Task objective:
Every line of the records below that holds the word "Brick" should be copied out.

↓↓↓

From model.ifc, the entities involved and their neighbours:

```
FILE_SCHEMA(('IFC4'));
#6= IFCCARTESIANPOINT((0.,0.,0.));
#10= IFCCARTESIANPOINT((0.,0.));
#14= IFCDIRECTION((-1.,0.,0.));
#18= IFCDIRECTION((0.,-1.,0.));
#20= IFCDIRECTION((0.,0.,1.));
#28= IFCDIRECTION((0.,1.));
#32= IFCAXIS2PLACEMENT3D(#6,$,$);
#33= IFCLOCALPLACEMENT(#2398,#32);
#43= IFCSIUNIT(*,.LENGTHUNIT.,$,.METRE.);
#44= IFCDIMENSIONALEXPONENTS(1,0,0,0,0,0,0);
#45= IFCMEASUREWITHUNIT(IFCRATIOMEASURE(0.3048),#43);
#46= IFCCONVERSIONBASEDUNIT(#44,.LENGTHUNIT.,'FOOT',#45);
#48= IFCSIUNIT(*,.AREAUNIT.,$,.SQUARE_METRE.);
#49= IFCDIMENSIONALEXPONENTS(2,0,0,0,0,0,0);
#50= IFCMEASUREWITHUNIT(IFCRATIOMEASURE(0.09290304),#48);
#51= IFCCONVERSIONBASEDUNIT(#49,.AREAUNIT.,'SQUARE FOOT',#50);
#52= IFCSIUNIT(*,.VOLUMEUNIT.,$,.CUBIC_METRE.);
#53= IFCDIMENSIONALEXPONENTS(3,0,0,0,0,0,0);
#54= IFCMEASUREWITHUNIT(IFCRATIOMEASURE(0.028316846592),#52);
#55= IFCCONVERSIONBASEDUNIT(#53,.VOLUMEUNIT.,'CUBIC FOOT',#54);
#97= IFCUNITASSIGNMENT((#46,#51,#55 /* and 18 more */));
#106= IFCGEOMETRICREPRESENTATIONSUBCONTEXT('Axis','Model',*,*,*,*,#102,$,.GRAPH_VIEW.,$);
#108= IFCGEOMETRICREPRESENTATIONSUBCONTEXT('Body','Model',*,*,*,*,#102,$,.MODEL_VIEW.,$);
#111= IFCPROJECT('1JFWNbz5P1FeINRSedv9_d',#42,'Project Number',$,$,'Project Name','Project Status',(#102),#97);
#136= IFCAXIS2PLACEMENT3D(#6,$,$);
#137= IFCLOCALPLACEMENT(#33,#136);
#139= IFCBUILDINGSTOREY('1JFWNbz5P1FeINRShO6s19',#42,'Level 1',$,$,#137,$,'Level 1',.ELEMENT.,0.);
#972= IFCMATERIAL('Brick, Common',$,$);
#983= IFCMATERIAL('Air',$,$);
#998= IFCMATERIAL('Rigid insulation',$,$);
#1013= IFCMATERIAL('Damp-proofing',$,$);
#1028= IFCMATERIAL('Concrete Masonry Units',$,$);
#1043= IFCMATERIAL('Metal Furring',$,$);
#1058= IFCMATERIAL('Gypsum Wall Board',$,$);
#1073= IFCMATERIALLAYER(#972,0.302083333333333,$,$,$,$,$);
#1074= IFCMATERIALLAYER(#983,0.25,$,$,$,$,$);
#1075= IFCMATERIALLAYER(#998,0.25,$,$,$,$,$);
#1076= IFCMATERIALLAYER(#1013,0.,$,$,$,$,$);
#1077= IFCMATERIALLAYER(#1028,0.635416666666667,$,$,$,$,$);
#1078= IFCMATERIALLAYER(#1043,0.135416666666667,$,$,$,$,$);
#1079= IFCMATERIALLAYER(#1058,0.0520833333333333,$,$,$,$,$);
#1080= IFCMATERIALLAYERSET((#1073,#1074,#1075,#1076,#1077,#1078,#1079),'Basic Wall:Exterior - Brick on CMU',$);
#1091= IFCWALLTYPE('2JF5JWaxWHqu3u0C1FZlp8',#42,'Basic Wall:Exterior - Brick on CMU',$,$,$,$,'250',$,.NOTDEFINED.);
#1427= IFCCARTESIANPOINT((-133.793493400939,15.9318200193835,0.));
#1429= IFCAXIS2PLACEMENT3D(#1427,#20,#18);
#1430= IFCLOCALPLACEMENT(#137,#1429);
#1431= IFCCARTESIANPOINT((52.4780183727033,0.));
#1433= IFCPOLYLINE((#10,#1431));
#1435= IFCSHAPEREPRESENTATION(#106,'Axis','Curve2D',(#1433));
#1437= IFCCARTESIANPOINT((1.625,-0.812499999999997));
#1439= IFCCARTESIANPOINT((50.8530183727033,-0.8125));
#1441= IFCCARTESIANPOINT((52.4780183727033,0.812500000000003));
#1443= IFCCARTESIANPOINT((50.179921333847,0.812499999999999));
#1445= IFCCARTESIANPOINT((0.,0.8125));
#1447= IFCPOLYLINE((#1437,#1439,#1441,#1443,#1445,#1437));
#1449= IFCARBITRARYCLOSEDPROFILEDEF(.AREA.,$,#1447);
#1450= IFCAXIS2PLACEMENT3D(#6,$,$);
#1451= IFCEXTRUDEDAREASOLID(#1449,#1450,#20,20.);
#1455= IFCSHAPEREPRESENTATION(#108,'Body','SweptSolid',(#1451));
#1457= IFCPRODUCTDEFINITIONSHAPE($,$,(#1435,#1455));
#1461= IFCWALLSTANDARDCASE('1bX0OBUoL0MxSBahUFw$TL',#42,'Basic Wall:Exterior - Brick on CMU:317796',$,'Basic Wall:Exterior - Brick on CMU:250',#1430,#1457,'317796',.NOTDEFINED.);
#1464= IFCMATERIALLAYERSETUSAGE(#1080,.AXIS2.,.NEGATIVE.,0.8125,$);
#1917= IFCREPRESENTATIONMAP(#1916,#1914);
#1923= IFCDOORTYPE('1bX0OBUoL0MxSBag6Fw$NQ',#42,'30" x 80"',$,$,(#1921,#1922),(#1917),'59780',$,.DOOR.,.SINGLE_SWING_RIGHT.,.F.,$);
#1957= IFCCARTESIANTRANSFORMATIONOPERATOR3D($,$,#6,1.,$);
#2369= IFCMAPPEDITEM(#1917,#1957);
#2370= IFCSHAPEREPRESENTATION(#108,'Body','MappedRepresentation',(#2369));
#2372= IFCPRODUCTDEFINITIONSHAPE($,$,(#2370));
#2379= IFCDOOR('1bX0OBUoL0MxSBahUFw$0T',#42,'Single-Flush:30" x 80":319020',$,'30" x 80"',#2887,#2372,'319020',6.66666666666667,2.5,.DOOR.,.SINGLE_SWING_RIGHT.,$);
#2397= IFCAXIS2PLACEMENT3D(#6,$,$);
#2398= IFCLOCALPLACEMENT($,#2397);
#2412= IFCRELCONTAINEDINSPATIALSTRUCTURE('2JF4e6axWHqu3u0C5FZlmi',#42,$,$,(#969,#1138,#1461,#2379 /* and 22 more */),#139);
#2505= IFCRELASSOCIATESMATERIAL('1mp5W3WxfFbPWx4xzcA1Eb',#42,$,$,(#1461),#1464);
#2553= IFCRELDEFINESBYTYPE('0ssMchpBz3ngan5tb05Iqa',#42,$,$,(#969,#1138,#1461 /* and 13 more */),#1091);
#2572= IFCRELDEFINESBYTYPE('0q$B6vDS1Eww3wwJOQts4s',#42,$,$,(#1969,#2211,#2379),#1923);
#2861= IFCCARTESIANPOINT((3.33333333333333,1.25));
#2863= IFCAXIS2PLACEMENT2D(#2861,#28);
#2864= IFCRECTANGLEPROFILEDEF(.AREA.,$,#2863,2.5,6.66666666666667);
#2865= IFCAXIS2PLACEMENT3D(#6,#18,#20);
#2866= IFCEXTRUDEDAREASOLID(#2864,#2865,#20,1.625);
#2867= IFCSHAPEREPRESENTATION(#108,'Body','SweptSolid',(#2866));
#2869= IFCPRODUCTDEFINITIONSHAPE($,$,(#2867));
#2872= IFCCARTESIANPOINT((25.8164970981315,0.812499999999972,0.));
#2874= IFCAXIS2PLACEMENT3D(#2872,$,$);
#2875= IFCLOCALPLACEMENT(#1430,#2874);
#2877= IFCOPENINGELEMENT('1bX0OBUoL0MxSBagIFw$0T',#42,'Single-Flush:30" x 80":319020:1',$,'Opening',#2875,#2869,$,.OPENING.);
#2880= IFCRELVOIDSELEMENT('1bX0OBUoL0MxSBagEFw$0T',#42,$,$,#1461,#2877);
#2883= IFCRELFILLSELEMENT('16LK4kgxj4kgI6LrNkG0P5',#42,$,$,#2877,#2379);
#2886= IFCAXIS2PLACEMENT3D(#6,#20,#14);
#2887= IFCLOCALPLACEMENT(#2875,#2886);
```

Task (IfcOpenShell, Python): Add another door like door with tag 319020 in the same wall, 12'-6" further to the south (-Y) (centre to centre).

```python
import ifcopenshell
import ifcopenshell.api.feature
import ifcopenshell.api.geometry
import ifcopenshell.api.root
import ifcopenshell.geom
import ifcopenshell.util.element
import ifcopenshell.util.placement
import ifcopenshell.util.shape
import ifcopenshell.util.unit

model = ifcopenshell.open("model.ifc")
unit_scale = ifcopenshell.util.unit.calculate_unit_scale(model)
settings = ifcopenshell.geom.settings()


def volume(element):
    """Net volume in cubic metres, openings subtracted."""
    shape = ifcopenshell.geom.create_shape(settings, element)
    return ifcopenshell.util.shape.get_volume(shape.geometry)


def reuse_history(source, copy):
    """copy_class also copies each property set's owner history, people and application; keep the originals."""
    for rel in copy.IsDefinedBy:
        if rel.is_a("IfcRelDefinesByProperties") and (history := rel.RelatingPropertyDefinition.OwnerHistory):
            rel.RelatingPropertyDefinition.OwnerHistory = source.OwnerHistory
            ifcopenshell.util.element.remove_deep2(model, history)


door = model.by_guid("1bX0OBUoL0MxSBahUFw$0T")
opening = door.FillsVoids[0].RelatingOpeningElement
wall = opening.VoidsElements[0].RelatingBuildingElement
before = volume(wall)
shift = ifcopenshell.util.placement.get_local_placement(wall.ObjectPlacement)[:3, 0] * 150 * 0.0254 / unit_scale

# copy_class copies the void relationship, type, container and properties, but no geometry.
new_opening = ifcopenshell.api.root.copy_class(model, product=opening)
new_opening.Representation = ifcopenshell.util.element.copy_deep(
    model, opening.Representation, exclude=["IfcGeometricRepresentationContext", "IfcRepresentationMap"]
)
new_opening.Name = 'Single-Flush:30" x 80"'
new_door = ifcopenshell.api.root.copy_class(model, product=door)
new_door.Representation = ifcopenshell.util.element.copy_deep(
    model, door.Representation, exclude=["IfcGeometricRepresentationContext", "IfcRepresentationMap"]
)
new_door.Name = 'Single-Flush:30" x 80"'
new_door.Tag = None
reuse_history(door, new_door)
ifcopenshell.api.feature.add_filling(model, opening=new_opening, element=new_door)

for old, new in ((opening, new_opening), (door, new_door)):
    matrix = ifcopenshell.util.placement.get_local_placement(old.ObjectPlacement)
    matrix[:3, 3] += shift
    ifcopenshell.api.geometry.edit_object_placement(model, product=new, matrix=matrix, is_si=False)

after = volume(wall)

print(f"wall volume {before:.3f} -> {after:.3f} m3")

model.write("model_rev.ifc")
```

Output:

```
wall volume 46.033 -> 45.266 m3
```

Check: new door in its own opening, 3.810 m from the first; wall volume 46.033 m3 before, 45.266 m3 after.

↑↑↑

Task answer:
#972= IFCMATERIAL('Brick, Common',$,$);
#1080= IFCMATERIALLAYERSET((#1073,#1074,#1075,#1076,#1077,#1078,#1079),'Basic Wall:Exterior - Brick on CMU',$);
#1091= IFCWALLTYPE('2JF5JWaxWHqu3u0C1FZlp8',#42,'Basic Wall:Exterior - Brick on CMU',$,$,$,$,'250',$,.NOTDEFINED.);
#1461= IFCWALLSTANDARDCASE('1bX0OBUoL0MxSBahUFw$TL',#42,'Basic Wall:Exterior - Brick on CMU:317796',$,'Basic Wall:Exterior - Brick on CMU:250',#1430,#1457,'317796',.NOTDEFINED.);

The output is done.